Source information:
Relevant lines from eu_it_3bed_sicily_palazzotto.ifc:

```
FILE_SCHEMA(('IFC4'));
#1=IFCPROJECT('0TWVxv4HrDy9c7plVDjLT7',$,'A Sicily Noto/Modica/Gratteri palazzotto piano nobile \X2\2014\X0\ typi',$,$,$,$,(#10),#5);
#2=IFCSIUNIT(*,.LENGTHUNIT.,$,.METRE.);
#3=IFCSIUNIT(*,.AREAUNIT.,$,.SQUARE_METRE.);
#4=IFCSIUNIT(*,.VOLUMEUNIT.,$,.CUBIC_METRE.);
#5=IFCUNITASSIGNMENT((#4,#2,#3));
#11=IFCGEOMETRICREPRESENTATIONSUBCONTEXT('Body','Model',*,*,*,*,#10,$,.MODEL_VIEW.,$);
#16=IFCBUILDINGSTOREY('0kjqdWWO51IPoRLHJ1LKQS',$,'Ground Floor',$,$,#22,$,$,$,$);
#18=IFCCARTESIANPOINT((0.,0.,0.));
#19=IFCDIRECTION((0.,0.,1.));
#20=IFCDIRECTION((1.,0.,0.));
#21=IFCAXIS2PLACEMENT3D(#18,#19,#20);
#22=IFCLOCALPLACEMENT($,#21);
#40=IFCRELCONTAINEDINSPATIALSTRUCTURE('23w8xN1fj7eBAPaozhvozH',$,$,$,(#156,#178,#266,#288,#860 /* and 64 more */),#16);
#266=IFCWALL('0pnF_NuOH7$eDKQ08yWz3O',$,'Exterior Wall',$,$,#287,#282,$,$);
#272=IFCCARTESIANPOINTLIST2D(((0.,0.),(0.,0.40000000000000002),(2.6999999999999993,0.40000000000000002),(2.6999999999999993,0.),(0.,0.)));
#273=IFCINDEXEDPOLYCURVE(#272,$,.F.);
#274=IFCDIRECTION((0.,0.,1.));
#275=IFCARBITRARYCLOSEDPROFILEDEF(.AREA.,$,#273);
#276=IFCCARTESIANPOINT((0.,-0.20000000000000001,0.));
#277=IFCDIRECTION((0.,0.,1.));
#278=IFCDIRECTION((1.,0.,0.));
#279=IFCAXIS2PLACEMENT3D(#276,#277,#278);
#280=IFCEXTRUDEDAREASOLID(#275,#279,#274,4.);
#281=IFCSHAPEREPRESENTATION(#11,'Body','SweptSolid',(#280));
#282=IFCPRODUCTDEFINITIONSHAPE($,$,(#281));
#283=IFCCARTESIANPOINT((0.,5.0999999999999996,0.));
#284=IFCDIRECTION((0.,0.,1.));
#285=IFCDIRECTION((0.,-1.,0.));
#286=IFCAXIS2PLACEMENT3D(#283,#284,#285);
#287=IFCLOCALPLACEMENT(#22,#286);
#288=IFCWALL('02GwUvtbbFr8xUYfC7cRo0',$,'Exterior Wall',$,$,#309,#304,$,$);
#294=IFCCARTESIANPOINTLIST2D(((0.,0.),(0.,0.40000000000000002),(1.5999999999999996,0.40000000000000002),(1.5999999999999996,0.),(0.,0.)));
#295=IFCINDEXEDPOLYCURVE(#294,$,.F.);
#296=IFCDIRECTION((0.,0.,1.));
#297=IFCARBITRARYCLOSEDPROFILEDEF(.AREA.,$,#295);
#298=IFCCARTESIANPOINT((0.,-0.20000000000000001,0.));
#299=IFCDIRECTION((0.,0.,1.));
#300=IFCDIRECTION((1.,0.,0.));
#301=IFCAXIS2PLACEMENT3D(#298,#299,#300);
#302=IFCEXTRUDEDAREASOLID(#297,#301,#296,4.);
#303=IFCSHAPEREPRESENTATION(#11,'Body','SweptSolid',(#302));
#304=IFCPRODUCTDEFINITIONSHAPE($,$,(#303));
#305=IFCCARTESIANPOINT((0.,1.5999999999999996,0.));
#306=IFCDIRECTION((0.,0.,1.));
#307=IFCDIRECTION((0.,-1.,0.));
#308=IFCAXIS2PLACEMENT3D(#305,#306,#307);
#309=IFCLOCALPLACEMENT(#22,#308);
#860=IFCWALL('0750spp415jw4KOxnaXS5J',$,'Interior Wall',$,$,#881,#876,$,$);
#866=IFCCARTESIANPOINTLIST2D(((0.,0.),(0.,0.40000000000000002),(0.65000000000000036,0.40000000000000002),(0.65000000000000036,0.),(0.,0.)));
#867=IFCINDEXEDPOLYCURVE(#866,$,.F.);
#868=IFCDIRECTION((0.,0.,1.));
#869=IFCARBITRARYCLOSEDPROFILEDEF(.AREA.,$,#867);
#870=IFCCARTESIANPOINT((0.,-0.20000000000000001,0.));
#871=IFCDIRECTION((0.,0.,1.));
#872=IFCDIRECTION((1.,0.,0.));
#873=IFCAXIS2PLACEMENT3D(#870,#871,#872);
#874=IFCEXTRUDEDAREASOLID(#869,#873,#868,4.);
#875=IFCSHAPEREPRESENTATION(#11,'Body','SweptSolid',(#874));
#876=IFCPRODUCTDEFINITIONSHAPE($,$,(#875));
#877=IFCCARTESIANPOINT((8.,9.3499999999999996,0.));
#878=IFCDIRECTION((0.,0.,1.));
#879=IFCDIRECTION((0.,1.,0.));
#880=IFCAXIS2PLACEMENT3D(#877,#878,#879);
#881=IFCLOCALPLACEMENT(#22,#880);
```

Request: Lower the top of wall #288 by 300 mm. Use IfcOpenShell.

```python
import ifcopenshell
import ifcopenshell.geom
import ifcopenshell.util.representation
import ifcopenshell.util.shape
import ifcopenshell.util.unit

model = ifcopenshell.open("eu_it_3bed_sicily_palazzotto.ifc")
unit_scale = ifcopenshell.util.unit.calculate_unit_scale(model)
settings = ifcopenshell.geom.settings()


def volume(element):
    """Net volume in cubic metres, openings subtracted."""
    shape = ifcopenshell.geom.create_shape(settings, element)
    return ifcopenshell.util.shape.get_volume(shape.geometry)


wall = model.by_id(288)
before = volume(wall)

body = ifcopenshell.util.representation.get_representation(wall, "Model", "Body")
solid = body.Items[0]
old_height = solid.Depth
solid.Depth -= 0.3 / unit_scale
after = volume(wall)

print(f"height {old_height:g} -> {solid.Depth:g}, volume {before:.3f} -> {after:.3f} m3")

model.write("eu_it_3bed_sicily_palazzotto_edited.ifc")
```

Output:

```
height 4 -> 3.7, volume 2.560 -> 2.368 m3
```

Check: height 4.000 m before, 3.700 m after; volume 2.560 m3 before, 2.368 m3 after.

Requirement: Display each line of the data where "IFCPRODUCTDEFINITIONSHAPE" occurs.

Task response:
#282=IFCPRODUCTDEFINITIONSHAPE($,$,(#281));
#304=IFCPRODUCTDEFINITIONSHAPE($,$,(#303));
#876=IFCPRODUCTDEFINITIONSHAPE($,$,(#875));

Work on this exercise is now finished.